BEGIN Data for analysis

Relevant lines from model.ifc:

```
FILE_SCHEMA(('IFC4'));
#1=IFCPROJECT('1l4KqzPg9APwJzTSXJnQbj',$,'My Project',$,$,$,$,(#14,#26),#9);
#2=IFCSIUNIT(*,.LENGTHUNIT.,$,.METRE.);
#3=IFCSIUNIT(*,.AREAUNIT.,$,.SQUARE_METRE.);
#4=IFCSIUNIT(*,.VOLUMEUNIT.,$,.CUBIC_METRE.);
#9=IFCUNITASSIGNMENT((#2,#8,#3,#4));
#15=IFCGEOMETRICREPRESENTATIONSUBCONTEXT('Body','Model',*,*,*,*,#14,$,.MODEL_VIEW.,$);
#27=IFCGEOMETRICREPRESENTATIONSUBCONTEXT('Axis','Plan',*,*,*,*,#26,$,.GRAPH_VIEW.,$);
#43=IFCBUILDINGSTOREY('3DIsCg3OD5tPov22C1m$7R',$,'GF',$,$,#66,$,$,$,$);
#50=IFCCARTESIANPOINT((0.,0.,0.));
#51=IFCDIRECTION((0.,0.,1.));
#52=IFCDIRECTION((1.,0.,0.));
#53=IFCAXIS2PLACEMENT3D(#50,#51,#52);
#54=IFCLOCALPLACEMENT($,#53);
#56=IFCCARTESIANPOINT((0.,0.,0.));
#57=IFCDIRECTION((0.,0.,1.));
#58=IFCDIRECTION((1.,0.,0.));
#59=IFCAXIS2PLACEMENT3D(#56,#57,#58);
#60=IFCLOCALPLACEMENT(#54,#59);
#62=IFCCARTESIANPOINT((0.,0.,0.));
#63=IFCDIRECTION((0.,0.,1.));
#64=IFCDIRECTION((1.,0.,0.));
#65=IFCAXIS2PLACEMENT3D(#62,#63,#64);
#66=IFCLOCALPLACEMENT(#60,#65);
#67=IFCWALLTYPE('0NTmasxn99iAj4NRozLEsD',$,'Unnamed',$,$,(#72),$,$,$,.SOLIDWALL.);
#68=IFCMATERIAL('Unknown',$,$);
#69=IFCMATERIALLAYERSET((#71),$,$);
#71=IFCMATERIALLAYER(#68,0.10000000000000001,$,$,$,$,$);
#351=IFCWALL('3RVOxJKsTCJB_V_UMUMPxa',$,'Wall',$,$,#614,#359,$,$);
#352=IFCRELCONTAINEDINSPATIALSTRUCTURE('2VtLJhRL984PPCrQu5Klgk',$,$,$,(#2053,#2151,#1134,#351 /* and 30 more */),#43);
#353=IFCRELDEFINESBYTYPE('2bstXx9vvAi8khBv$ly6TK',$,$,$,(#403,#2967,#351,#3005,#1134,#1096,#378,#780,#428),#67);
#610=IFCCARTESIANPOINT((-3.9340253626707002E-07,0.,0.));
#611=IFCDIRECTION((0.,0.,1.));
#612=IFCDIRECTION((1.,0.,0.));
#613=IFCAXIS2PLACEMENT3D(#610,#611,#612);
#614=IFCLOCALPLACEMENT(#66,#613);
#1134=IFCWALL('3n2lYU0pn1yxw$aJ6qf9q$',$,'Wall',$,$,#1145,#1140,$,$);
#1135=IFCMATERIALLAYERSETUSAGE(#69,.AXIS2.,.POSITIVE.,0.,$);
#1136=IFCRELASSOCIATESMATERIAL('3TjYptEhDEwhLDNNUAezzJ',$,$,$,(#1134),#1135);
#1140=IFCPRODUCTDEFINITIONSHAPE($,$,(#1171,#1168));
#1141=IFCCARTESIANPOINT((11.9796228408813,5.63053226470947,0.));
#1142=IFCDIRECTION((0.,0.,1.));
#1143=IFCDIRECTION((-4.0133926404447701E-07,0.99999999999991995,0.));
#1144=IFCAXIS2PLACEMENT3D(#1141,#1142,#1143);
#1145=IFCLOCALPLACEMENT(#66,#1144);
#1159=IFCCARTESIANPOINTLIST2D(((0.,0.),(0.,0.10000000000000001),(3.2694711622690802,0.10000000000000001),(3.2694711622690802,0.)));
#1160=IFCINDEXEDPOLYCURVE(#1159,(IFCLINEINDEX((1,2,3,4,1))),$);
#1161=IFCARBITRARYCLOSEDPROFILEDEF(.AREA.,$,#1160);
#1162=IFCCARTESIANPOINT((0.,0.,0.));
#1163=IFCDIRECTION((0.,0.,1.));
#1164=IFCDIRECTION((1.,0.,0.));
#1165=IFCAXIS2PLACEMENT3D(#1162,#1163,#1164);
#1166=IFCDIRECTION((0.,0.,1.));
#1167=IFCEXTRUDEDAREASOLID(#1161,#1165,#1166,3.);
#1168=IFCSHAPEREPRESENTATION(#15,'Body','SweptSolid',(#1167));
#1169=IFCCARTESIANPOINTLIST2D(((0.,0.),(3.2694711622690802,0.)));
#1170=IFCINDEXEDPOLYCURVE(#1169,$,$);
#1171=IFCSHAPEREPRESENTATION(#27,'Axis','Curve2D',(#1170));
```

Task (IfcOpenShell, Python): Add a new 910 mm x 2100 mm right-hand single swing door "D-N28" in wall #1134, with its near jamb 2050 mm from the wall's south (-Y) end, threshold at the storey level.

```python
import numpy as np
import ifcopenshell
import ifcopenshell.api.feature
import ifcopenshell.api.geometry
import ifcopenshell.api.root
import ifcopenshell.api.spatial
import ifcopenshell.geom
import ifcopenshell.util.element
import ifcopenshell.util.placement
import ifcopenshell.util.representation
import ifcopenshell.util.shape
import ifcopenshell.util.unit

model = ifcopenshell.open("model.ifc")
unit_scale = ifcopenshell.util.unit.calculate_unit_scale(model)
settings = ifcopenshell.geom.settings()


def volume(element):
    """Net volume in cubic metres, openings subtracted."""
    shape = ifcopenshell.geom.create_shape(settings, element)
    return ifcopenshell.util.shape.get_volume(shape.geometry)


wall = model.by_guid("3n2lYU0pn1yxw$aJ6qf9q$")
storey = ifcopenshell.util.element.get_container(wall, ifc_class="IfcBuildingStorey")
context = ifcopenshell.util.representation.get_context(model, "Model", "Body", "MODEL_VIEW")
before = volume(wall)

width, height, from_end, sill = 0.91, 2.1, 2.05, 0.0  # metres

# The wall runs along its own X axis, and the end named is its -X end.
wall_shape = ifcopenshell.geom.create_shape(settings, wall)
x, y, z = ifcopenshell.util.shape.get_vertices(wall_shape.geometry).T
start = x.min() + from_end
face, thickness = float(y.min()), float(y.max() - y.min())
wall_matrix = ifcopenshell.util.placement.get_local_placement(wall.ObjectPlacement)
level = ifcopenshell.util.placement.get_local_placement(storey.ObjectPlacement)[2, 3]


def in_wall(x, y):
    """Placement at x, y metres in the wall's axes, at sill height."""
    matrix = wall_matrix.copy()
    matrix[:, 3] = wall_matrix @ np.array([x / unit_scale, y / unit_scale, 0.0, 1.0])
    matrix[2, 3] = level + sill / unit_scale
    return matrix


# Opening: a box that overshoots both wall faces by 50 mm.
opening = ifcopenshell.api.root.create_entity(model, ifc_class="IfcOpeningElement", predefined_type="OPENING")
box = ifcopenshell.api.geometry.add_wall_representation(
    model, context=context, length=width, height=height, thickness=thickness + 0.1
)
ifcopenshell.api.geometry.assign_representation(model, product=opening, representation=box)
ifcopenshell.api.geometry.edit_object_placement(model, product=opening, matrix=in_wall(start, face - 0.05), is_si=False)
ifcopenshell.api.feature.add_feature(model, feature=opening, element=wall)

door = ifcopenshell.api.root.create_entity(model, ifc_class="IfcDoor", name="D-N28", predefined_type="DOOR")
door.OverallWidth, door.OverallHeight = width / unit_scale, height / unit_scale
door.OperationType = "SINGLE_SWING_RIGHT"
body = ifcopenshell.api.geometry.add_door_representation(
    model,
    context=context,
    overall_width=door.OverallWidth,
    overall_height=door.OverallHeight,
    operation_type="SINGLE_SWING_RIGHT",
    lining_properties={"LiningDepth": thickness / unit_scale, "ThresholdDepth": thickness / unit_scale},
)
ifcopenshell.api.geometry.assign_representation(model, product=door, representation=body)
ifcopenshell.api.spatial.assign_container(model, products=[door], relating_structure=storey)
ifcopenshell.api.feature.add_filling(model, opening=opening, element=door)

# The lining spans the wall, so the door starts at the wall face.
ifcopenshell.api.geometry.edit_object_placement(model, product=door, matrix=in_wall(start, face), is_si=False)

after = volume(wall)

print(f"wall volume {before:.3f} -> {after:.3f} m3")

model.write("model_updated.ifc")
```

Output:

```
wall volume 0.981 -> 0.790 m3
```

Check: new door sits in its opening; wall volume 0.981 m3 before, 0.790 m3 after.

END Data for analysis

Tally the lines above with "IFCGEOMETRICREPRESENTATIONSUBCONTEXT", please; number only.

• **Exercise output**
2